Problem description
Your job with the data below: print everything from the line that holds "#13=IFCUNITASSIGNMENT((#8,#12));" down to the line that holds "#40=IFCINDEXEDPOLYGONALFACE((5,7,8,6));", ends included, exactly, and nothing else.

Records provided
┄┄┄┄┄┄┄┄┄┄┄┄┄┄┄┄┄┄┄┄
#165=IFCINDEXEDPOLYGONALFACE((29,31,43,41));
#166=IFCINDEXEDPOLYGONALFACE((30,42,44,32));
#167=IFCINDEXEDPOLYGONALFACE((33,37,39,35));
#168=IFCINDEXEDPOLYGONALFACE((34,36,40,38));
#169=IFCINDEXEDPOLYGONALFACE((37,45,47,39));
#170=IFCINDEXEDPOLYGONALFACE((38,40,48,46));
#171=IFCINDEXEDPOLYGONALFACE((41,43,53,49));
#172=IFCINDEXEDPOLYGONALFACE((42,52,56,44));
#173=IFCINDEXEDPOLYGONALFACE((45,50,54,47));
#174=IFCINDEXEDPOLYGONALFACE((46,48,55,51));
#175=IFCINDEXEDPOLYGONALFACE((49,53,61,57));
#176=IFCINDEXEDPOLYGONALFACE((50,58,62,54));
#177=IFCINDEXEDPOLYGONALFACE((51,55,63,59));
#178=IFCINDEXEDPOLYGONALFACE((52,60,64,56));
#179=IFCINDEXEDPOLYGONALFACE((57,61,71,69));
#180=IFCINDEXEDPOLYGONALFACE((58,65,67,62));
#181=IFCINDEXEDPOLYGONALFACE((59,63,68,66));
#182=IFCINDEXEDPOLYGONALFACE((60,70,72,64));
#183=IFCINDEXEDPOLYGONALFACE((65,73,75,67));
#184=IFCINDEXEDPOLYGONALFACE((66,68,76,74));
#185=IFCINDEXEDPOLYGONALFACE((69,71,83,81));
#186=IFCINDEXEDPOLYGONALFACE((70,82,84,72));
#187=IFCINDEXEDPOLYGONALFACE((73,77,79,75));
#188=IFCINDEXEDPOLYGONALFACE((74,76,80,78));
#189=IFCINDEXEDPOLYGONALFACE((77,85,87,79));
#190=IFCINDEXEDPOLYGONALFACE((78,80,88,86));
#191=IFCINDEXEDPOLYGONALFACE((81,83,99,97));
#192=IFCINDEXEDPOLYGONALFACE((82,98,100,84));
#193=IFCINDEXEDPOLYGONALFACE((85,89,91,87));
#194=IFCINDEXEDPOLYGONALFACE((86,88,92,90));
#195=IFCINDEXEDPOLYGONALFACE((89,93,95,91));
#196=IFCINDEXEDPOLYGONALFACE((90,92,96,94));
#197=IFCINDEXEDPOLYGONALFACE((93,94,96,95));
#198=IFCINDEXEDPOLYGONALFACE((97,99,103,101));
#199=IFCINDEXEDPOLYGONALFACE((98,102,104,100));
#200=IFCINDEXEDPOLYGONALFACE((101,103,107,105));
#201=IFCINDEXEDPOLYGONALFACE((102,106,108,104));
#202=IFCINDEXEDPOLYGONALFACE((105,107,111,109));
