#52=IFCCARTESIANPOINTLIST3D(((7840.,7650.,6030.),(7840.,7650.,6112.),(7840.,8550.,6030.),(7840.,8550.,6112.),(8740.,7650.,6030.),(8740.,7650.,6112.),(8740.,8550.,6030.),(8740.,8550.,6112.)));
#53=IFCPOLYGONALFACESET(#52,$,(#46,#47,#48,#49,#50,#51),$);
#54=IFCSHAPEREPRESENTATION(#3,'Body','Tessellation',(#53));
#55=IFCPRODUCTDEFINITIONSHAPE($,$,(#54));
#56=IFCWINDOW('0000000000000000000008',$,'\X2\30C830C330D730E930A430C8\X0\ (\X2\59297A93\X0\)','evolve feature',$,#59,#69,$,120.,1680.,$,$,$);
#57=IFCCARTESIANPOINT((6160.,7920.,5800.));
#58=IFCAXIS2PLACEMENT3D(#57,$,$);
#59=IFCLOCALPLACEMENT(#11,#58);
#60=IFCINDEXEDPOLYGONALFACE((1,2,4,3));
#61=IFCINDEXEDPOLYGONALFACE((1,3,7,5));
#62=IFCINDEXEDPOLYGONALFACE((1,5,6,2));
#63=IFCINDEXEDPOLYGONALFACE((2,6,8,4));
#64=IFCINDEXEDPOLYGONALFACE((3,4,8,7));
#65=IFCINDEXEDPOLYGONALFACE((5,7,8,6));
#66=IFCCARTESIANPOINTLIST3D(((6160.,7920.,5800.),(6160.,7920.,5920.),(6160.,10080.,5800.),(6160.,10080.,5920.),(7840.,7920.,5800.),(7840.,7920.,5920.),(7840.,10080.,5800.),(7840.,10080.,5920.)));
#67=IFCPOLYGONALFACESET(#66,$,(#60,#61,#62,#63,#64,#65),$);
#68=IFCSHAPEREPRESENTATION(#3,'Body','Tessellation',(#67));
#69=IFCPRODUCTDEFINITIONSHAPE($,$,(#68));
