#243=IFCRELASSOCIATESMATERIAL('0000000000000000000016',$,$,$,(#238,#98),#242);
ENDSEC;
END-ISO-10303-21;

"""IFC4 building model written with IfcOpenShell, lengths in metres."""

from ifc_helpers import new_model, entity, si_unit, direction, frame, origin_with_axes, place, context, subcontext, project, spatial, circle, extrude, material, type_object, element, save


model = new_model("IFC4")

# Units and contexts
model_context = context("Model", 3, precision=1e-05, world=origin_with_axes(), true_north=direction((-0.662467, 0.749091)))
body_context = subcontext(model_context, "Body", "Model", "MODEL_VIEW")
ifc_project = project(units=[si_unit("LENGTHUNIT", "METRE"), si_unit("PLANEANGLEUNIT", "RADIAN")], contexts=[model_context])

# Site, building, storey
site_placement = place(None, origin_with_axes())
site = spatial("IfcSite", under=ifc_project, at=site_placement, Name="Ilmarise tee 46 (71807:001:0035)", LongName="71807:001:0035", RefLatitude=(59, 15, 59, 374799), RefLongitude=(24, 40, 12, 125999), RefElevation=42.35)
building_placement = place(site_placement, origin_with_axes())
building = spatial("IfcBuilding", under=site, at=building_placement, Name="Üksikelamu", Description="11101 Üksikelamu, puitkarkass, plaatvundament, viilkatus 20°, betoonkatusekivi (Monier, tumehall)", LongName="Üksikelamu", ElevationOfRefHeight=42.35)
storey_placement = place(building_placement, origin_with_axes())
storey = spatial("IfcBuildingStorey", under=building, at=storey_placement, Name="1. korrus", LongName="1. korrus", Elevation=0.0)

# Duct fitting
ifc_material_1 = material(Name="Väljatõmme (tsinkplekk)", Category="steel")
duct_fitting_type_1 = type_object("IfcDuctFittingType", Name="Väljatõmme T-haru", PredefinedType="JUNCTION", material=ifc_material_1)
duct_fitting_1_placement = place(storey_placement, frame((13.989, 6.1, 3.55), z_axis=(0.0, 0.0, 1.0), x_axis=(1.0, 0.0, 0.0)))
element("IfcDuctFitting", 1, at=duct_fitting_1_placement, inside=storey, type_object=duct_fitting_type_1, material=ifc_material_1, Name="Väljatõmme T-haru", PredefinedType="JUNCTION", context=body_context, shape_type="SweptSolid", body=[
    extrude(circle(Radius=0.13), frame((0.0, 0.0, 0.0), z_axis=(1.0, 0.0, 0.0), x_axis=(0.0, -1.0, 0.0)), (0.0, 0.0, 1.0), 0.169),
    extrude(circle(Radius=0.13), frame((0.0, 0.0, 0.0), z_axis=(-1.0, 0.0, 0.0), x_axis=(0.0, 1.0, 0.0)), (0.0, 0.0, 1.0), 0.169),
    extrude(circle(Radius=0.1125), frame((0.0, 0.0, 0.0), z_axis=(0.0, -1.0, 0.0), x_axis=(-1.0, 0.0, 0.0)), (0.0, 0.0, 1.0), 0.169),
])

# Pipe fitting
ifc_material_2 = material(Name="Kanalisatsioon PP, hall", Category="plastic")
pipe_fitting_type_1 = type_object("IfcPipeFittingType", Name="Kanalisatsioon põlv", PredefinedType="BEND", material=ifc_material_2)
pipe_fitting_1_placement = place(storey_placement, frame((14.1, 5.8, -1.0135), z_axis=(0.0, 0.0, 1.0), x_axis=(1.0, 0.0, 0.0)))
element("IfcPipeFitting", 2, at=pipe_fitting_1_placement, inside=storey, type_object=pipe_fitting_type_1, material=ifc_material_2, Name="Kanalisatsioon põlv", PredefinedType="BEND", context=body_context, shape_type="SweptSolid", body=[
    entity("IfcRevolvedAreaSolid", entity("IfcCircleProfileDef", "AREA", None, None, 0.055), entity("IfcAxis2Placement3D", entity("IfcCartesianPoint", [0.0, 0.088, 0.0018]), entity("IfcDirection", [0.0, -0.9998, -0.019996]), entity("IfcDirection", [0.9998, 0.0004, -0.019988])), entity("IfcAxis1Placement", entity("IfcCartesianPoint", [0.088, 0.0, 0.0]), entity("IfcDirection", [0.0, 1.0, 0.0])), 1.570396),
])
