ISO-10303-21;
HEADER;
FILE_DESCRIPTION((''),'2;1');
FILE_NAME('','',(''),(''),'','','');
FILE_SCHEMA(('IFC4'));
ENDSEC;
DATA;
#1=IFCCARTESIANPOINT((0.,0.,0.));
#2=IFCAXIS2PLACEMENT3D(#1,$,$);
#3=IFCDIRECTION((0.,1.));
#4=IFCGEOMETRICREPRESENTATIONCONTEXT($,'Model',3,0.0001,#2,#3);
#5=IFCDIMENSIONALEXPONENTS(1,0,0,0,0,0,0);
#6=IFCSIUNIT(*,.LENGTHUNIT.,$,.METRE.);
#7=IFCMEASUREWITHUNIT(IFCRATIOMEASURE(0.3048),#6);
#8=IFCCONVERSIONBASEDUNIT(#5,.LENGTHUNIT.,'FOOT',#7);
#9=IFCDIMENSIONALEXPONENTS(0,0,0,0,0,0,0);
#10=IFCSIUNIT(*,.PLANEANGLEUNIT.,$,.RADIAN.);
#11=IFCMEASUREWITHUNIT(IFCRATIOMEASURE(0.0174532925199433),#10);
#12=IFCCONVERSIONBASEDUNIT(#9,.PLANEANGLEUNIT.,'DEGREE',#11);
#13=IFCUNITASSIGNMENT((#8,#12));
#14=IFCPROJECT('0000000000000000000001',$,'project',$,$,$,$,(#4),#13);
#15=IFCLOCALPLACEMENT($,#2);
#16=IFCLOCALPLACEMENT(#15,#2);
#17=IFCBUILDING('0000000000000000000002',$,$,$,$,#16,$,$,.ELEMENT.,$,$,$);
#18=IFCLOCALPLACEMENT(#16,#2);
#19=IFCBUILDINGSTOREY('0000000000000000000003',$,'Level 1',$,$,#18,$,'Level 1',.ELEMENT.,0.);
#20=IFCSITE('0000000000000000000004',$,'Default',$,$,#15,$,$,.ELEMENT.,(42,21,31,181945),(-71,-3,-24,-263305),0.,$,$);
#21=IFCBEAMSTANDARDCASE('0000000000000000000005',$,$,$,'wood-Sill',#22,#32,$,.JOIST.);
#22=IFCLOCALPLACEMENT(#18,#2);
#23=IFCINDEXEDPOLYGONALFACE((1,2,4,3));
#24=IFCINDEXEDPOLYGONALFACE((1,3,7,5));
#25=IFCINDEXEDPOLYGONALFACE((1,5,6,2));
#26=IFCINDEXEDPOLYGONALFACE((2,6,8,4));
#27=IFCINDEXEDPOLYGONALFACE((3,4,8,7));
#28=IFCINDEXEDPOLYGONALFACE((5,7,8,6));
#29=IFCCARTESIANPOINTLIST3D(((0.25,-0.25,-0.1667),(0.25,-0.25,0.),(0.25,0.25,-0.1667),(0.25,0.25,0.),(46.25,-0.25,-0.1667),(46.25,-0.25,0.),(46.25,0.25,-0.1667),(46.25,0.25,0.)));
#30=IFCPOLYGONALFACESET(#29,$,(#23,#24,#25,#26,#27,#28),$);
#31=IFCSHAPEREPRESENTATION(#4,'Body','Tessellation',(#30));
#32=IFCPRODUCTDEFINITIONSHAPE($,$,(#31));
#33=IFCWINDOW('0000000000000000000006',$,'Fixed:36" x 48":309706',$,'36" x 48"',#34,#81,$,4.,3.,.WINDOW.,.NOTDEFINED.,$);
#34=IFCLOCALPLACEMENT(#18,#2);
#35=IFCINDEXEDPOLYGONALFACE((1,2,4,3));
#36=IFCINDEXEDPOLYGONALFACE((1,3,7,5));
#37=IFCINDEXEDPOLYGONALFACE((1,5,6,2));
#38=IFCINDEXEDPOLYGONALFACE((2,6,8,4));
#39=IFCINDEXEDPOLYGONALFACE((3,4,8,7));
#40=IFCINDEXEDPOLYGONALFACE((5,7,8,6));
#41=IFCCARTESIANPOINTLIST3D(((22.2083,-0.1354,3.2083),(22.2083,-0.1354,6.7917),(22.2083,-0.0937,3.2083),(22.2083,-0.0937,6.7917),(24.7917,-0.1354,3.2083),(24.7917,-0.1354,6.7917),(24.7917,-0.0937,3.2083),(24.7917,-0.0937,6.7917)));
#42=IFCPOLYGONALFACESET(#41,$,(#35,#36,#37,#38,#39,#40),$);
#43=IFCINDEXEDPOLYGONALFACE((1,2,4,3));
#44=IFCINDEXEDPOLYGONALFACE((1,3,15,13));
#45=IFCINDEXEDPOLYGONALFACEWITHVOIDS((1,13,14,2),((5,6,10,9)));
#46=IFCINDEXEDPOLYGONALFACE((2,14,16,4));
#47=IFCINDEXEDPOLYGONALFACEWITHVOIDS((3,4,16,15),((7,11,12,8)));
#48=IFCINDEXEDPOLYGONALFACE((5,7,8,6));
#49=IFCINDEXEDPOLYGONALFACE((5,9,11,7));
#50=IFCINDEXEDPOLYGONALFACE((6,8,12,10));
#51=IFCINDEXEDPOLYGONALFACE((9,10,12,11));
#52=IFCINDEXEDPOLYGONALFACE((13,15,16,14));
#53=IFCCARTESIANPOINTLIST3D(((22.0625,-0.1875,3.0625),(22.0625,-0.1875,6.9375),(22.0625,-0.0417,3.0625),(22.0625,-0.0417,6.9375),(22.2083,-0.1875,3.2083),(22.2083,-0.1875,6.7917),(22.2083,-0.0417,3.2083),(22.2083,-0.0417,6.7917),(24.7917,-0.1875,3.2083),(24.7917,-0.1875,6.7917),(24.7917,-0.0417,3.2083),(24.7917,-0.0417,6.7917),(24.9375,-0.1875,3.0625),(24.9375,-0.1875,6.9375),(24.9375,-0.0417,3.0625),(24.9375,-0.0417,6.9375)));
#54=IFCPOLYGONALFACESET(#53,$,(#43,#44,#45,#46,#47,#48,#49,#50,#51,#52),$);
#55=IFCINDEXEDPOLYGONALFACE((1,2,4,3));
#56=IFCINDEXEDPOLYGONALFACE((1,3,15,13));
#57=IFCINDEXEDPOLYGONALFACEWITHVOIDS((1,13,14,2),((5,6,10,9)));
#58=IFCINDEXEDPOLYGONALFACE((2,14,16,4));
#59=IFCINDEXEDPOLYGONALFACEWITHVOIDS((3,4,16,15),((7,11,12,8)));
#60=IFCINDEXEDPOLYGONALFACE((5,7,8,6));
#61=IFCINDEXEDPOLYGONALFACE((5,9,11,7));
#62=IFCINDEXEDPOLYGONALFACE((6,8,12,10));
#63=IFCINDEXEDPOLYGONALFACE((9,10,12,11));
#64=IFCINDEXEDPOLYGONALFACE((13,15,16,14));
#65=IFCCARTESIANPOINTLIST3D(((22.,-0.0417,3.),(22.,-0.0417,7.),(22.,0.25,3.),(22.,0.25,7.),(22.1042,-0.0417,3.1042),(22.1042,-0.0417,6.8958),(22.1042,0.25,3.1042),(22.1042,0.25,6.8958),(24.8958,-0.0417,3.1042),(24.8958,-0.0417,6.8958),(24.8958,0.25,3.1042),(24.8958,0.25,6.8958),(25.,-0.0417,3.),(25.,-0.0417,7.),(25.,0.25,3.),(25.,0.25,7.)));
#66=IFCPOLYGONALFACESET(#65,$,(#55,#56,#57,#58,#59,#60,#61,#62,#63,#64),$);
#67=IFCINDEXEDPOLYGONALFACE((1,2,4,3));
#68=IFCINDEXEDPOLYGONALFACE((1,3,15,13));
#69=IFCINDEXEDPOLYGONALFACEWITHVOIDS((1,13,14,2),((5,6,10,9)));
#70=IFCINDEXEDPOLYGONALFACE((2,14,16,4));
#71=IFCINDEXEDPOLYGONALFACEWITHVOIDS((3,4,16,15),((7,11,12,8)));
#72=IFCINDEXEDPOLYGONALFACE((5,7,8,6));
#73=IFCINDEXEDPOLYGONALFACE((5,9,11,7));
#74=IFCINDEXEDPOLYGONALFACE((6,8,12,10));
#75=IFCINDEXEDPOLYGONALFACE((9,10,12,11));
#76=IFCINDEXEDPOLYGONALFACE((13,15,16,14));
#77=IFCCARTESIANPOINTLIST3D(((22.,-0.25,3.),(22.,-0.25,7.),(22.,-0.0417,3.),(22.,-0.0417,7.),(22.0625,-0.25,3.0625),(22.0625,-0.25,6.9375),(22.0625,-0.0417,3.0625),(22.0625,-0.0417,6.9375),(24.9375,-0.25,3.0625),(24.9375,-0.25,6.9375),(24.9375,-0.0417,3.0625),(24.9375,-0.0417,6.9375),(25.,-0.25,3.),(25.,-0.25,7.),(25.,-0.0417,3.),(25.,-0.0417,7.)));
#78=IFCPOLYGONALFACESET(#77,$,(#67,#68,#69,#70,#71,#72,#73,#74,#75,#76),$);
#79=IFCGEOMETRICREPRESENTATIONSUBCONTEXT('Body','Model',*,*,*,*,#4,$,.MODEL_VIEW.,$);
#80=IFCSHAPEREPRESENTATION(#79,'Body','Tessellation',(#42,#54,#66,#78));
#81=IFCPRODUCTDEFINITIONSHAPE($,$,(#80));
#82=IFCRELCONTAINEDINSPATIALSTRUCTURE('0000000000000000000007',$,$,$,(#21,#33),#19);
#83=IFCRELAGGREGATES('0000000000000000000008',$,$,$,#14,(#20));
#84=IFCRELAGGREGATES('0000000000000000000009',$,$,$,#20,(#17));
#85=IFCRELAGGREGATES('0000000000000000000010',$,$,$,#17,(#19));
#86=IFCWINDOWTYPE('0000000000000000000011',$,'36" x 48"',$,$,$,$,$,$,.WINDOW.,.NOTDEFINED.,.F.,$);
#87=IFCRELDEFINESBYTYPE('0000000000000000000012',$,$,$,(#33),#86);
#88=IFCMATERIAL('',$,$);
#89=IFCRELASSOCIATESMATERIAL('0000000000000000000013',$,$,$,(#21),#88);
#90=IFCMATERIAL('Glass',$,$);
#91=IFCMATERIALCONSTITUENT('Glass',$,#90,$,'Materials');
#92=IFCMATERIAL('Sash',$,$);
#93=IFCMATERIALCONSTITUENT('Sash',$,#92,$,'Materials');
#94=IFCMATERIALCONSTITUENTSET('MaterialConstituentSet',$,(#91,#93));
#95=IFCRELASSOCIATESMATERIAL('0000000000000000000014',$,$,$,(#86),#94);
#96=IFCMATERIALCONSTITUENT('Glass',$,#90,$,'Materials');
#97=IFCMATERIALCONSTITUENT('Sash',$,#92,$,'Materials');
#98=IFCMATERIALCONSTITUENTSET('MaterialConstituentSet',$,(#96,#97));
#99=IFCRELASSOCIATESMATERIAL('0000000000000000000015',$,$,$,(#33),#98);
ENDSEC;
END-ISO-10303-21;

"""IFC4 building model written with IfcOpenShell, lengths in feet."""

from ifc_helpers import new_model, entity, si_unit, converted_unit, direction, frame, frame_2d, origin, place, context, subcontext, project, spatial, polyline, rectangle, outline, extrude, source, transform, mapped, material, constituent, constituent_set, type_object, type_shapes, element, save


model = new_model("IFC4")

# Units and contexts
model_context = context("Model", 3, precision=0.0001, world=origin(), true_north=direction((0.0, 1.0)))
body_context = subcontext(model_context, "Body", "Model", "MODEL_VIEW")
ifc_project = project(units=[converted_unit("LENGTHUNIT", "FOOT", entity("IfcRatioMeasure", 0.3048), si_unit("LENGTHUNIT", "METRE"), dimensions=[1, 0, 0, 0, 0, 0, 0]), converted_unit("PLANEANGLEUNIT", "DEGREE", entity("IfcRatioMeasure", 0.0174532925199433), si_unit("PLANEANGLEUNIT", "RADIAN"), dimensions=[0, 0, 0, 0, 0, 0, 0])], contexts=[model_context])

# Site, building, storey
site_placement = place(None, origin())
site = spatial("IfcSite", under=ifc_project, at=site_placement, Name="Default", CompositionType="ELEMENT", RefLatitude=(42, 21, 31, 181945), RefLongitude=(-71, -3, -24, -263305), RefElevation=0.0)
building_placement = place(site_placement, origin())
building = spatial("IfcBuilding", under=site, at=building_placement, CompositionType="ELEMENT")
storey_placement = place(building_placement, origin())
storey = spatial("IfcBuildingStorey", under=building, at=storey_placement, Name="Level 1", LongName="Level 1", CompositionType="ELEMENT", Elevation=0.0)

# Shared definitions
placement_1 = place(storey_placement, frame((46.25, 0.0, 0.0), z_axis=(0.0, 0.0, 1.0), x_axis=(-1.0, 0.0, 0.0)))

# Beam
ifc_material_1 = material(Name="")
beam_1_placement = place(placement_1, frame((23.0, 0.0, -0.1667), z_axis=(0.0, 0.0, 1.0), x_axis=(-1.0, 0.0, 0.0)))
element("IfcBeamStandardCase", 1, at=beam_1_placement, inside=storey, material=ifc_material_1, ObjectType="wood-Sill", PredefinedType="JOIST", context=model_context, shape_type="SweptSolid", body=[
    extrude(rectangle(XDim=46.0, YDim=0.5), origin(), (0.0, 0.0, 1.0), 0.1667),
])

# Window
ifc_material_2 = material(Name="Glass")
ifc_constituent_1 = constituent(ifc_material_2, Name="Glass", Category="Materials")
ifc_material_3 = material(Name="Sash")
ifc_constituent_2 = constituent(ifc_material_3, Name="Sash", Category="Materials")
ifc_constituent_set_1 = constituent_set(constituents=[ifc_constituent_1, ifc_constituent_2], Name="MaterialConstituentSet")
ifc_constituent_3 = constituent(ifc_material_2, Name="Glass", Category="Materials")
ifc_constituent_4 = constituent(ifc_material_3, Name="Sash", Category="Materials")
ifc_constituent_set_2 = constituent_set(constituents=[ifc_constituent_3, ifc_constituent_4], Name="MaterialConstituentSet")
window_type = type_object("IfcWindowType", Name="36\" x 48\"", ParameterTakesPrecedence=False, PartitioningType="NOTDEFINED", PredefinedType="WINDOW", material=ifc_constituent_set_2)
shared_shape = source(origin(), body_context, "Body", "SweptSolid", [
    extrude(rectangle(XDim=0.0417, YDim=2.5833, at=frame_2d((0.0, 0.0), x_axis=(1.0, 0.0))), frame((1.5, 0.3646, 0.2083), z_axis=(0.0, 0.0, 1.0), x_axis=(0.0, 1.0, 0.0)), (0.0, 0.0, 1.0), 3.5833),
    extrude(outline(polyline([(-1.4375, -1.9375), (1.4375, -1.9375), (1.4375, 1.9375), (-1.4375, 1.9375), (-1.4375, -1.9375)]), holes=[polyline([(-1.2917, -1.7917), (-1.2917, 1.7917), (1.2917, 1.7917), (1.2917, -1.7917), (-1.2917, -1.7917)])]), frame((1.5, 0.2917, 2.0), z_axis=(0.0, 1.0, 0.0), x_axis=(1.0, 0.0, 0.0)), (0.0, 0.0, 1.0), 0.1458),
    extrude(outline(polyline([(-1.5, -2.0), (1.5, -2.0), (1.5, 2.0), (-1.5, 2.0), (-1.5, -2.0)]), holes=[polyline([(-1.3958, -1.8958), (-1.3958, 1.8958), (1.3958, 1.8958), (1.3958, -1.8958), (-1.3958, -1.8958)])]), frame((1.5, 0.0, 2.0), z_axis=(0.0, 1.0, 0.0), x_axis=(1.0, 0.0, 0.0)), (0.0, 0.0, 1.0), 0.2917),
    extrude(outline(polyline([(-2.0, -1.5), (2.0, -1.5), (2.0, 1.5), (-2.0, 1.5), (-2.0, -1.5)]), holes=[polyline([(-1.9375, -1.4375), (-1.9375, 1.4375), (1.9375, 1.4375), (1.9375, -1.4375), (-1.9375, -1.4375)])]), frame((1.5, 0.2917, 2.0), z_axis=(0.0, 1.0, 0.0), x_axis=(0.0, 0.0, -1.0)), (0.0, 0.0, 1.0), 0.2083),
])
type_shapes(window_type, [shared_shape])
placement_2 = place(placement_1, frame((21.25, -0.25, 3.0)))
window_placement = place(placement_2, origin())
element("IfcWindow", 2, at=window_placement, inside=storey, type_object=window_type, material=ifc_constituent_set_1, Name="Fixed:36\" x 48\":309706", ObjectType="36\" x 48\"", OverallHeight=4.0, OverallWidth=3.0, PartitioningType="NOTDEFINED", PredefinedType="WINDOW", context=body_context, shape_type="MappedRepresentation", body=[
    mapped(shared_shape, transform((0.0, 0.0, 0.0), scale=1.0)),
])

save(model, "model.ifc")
┄┄┄┄┄┄┄┄┄┄┄┄┄┄┄┄┄┄┄┄
Result
#13=IFCUNITASSIGNMENT((#8,#12));
#14=IFCPROJECT('0000000000000000000001',$,'project',$,$,$,$,(#4),#13);
#15=IFCLOCALPLACEMENT($,#2);
#16=IFCLOCALPLACEMENT(#15,#2);
#17=IFCBUILDING('0000000000000000000002',$,$,$,$,#16,$,$,.ELEMENT.,$,$,$);
#18=IFCLOCALPLACEMENT(#16,#2);
#19=IFCBUILDINGSTOREY('0000000000000000000003',$,'Level 1',$,$,#18,$,'Level 1',.ELEMENT.,0.);
#20=IFCSITE('0000000000000000000004',$,'Default',$,$,#15,$,$,.ELEMENT.,(42,21,31,181945),(-71,-3,-24,-263305),0.,$,$);
#21=IFCBEAMSTANDARDCASE('0000000000000000000005',$,$,$,'wood-Sill',#22,#32,$,.JOIST.);
#22=IFCLOCALPLACEMENT(#18,#2);
#23=IFCINDEXEDPOLYGONALFACE((1,2,4,3));
#24=IFCINDEXEDPOLYGONALFACE((1,3,7,5));
#25=IFCINDEXEDPOLYGONALFACE((1,5,6,2));
#26=IFCINDEXEDPOLYGONALFACE((2,6,8,4));
#27=IFCINDEXEDPOLYGONALFACE((3,4,8,7));
#28=IFCINDEXEDPOLYGONALFACE((5,7,8,6));
#29=IFCCARTESIANPOINTLIST3D(((0.25,-0.25,-0.1667),(0.25,-0.25,0.),(0.25,0.25,-0.1667),(0.25,0.25,0.),(46.25,-0.25,-0.1667),(46.25,-0.25,0.),(46.25,0.25,-0.1667),(46.25,0.25,0.)));
#30=IFCPOLYGONALFACESET(#29,$,(#23,#24,#25,#26,#27,#28),$);
#31=IFCSHAPEREPRESENTATION(#4,'Body','Tessellation',(#30));
#32=IFCPRODUCTDEFINITIONSHAPE($,$,(#31));
#33=IFCWINDOW('0000000000000000000006',$,'Fixed:36" x 48":309706',$,'36" x 48"',#34,#81,$,4.,3.,.WINDOW.,.NOTDEFINED.,$);
#34=IFCLOCALPLACEMENT(#18,#2);
#35=IFCINDEXEDPOLYGONALFACE((1,2,4,3));
#36=IFCINDEXEDPOLYGONALFACE((1,3,7,5));
#37=IFCINDEXEDPOLYGONALFACE((1,5,6,2));
#38=IFCINDEXEDPOLYGONALFACE((2,6,8,4));
#39=IFCINDEXEDPOLYGONALFACE((3,4,8,7));
#40=IFCINDEXEDPOLYGONALFACE((5,7,8,6));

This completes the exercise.